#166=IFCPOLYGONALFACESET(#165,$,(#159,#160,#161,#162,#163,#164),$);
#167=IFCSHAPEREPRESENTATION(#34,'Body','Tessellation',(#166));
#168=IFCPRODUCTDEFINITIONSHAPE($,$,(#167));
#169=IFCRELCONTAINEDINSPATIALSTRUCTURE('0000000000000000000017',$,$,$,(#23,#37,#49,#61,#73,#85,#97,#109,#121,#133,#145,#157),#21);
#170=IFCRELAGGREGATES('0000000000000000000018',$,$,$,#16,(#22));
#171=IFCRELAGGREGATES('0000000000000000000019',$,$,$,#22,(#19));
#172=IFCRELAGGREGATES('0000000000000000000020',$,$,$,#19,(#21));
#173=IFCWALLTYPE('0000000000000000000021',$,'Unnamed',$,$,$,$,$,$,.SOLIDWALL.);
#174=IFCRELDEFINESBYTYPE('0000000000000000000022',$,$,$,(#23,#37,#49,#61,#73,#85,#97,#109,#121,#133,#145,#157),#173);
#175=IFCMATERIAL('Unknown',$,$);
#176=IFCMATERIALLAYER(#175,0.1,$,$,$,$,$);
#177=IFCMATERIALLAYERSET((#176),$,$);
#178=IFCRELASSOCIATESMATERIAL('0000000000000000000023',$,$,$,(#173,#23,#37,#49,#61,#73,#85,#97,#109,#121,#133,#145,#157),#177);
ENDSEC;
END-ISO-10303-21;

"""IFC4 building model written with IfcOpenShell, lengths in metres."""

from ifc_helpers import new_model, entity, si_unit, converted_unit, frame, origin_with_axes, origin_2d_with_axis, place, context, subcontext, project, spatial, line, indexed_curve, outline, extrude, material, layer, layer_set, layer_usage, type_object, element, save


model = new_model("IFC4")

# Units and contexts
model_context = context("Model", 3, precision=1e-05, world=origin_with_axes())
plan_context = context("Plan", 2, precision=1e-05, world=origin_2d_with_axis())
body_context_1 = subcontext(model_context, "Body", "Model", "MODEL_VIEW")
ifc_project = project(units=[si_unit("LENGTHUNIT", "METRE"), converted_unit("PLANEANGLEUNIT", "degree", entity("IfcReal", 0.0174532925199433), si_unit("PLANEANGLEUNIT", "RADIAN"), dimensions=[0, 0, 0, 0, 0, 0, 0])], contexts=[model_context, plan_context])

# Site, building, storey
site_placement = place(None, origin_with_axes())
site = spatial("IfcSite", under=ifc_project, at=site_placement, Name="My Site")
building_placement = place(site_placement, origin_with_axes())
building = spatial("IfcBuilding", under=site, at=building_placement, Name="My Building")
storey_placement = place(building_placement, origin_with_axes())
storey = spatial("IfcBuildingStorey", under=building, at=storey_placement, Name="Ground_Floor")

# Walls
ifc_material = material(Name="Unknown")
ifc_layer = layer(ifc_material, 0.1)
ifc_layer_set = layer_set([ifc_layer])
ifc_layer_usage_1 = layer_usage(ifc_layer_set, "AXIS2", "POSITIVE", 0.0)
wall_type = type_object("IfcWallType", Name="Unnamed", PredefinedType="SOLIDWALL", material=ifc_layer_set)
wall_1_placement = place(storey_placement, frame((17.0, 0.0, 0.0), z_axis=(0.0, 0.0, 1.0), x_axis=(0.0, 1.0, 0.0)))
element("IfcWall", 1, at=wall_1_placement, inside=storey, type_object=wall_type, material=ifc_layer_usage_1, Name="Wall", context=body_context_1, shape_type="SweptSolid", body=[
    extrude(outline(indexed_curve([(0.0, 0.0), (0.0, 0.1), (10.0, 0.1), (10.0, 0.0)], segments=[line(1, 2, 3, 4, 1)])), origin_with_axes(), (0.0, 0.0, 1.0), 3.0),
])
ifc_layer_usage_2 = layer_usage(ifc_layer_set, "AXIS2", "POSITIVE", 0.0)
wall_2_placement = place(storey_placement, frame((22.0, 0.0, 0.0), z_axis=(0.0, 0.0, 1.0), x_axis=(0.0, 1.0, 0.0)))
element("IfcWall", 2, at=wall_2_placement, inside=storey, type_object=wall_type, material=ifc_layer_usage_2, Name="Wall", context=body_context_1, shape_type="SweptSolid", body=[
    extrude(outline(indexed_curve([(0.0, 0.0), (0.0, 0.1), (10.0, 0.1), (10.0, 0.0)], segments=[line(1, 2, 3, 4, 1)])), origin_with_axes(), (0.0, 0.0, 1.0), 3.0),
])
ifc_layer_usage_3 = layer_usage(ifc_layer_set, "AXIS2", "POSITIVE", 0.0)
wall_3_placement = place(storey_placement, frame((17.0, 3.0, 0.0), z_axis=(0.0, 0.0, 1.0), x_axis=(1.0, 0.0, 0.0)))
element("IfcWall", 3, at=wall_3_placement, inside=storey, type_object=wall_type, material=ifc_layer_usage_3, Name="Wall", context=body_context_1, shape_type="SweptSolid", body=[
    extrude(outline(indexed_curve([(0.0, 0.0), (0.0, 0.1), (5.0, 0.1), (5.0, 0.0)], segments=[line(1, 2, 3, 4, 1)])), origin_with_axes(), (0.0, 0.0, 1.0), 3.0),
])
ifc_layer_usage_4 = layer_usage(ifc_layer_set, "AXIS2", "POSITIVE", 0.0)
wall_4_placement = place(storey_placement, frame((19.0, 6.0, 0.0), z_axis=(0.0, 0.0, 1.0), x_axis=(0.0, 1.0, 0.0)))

================================

The material above is to be transcribed in full, exactly as it appears.

### Reply to the task
#166=IFCPOLYGONALFACESET(#165,$,(#159,#160,#161,#162,#163,#164),$);
#167=IFCSHAPEREPRESENTATION(#34,'Body','Tessellation',(#166));
#168=IFCPRODUCTDEFINITIONSHAPE($,$,(#167));
#169=IFCRELCONTAINEDINSPATIALSTRUCTURE('0000000000000000000017',$,$,$,(#23,#37,#49,#61,#73,#85,#97,#109,#121,#133,#145,#157),#21);
#170=IFCRELAGGREGATES('0000000000000000000018',$,$,$,#16,(#22));
#171=IFCRELAGGREGATES('0000000000000000000019',$,$,$,#22,(#19));
#172=IFCRELAGGREGATES('0000000000000000000020',$,$,$,#19,(#21));
#173=IFCWALLTYPE('0000000000000000000021',$,'Unnamed',$,$,$,$,$,$,.SOLIDWALL.);
#174=IFCRELDEFINESBYTYPE('0000000000000000000022',$,$,$,(#23,#37,#49,#61,#73,#85,#97,#109,#121,#133,#145,#157),#173);
#175=IFCMATERIAL('Unknown',$,$);
#176=IFCMATERIALLAYER(#175,0.1,$,$,$,$,$);
#177=IFCMATERIALLAYERSET((#176),$,$);
#178=IFCRELASSOCIATESMATERIAL('0000000000000000000023',$,$,$,(#173,#23,#37,#49,#61,#73,#85,#97,#109,#121,#133,#145,#157),#177);
ENDSEC;
END-ISO-10303-21;

"""IFC4 building model written with IfcOpenShell, lengths in metres."""

from ifc_helpers import new_model, entity, si_unit, converted_unit, frame, origin_with_axes, origin_2d_with_axis, place, context, subcontext, project, spatial, line, indexed_curve, outline, extrude, material, layer, layer_set, layer_usage, type_object, element, save


model = new_model("IFC4")

# Units and contexts
model_context = context("Model", 3, precision=1e-05, world=origin_with_axes())
plan_context = context("Plan", 2, precision=1e-05, world=origin_2d_with_axis())
body_context_1 = subcontext(model_context, "Body", "Model", "MODEL_VIEW")
ifc_project = project(units=[si_unit("LENGTHUNIT", "METRE"), converted_unit("PLANEANGLEUNIT", "degree", entity("IfcReal", 0.0174532925199433), si_unit("PLANEANGLEUNIT", "RADIAN"), dimensions=[0, 0, 0, 0, 0, 0, 0])], contexts=[model_context, plan_context])

# Site, building, storey
site_placement = place(None, origin_with_axes())
site = spatial("IfcSite", under=ifc_project, at=site_placement, Name="My Site")
building_placement = place(site_placement, origin_with_axes())
building = spatial("IfcBuilding", under=site, at=building_placement, Name="My Building")
storey_placement = place(building_placement, origin_with_axes())
storey = spatial("IfcBuildingStorey", under=building, at=storey_placement, Name="Ground_Floor")

# Walls
ifc_material = material(Name="Unknown")
ifc_layer = layer(ifc_material, 0.1)
ifc_layer_set = layer_set([ifc_layer])
ifc_layer_usage_1 = layer_usage(ifc_layer_set, "AXIS2", "POSITIVE", 0.0)
wall_type = type_object("IfcWallType", Name="Unnamed", PredefinedType="SOLIDWALL", material=ifc_layer_set)
wall_1_placement = place(storey_placement, frame((17.0, 0.0, 0.0), z_axis=(0.0, 0.0, 1.0), x_axis=(0.0, 1.0, 0.0)))
element("IfcWall", 1, at=wall_1_placement, inside=storey, type_object=wall_type, material=ifc_layer_usage_1, Name="Wall", context=body_context_1, shape_type="SweptSolid", body=[
    extrude(outline(indexed_curve([(0.0, 0.0), (0.0, 0.1), (10.0, 0.1), (10.0, 0.0)], segments=[line(1, 2, 3, 4, 1)])), origin_with_axes(), (0.0, 0.0, 1.0), 3.0),
])
ifc_layer_usage_2 = layer_usage(ifc_layer_set, "AXIS2", "POSITIVE", 0.0)
wall_2_placement = place(storey_placement, frame((22.0, 0.0, 0.0), z_axis=(0.0, 0.0, 1.0), x_axis=(0.0, 1.0, 0.0)))
element("IfcWall", 2, at=wall_2_placement, inside=storey, type_object=wall_type, material=ifc_layer_usage_2, Name="Wall", context=body_context_1, shape_type="SweptSolid", body=[
    extrude(outline(indexed_curve([(0.0, 0.0), (0.0, 0.1), (10.0, 0.1), (10.0, 0.0)], segments=[line(1, 2, 3, 4, 1)])), origin_with_axes(), (0.0, 0.0, 1.0), 3.0),
])
ifc_layer_usage_3 = layer_usage(ifc_layer_set, "AXIS2", "POSITIVE", 0.0)
wall_3_placement = place(storey_placement, frame((17.0, 3.0, 0.0), z_axis=(0.0, 0.0, 1.0), x_axis=(1.0, 0.0, 0.0)))
element("IfcWall", 3, at=wall_3_placement, inside=storey, type_object=wall_type, material=ifc_layer_usage_3, Name="Wall", context=body_context_1, shape_type="SweptSolid", body=[
    extrude(outline(indexed_curve([(0.0, 0.0), (0.0, 0.1), (5.0, 0.1), (5.0, 0.0)], segments=[line(1, 2, 3, 4, 1)])), origin_with_axes(), (0.0, 0.0, 1.0), 3.0),
])
ifc_layer_usage_4 = layer_usage(ifc_layer_set, "AXIS2", "POSITIVE", 0.0)
wall_4_placement = place(storey_placement, frame((19.0, 6.0, 0.0), z_axis=(0.0, 0.0, 1.0), x_axis=(0.0, 1.0, 0.0)))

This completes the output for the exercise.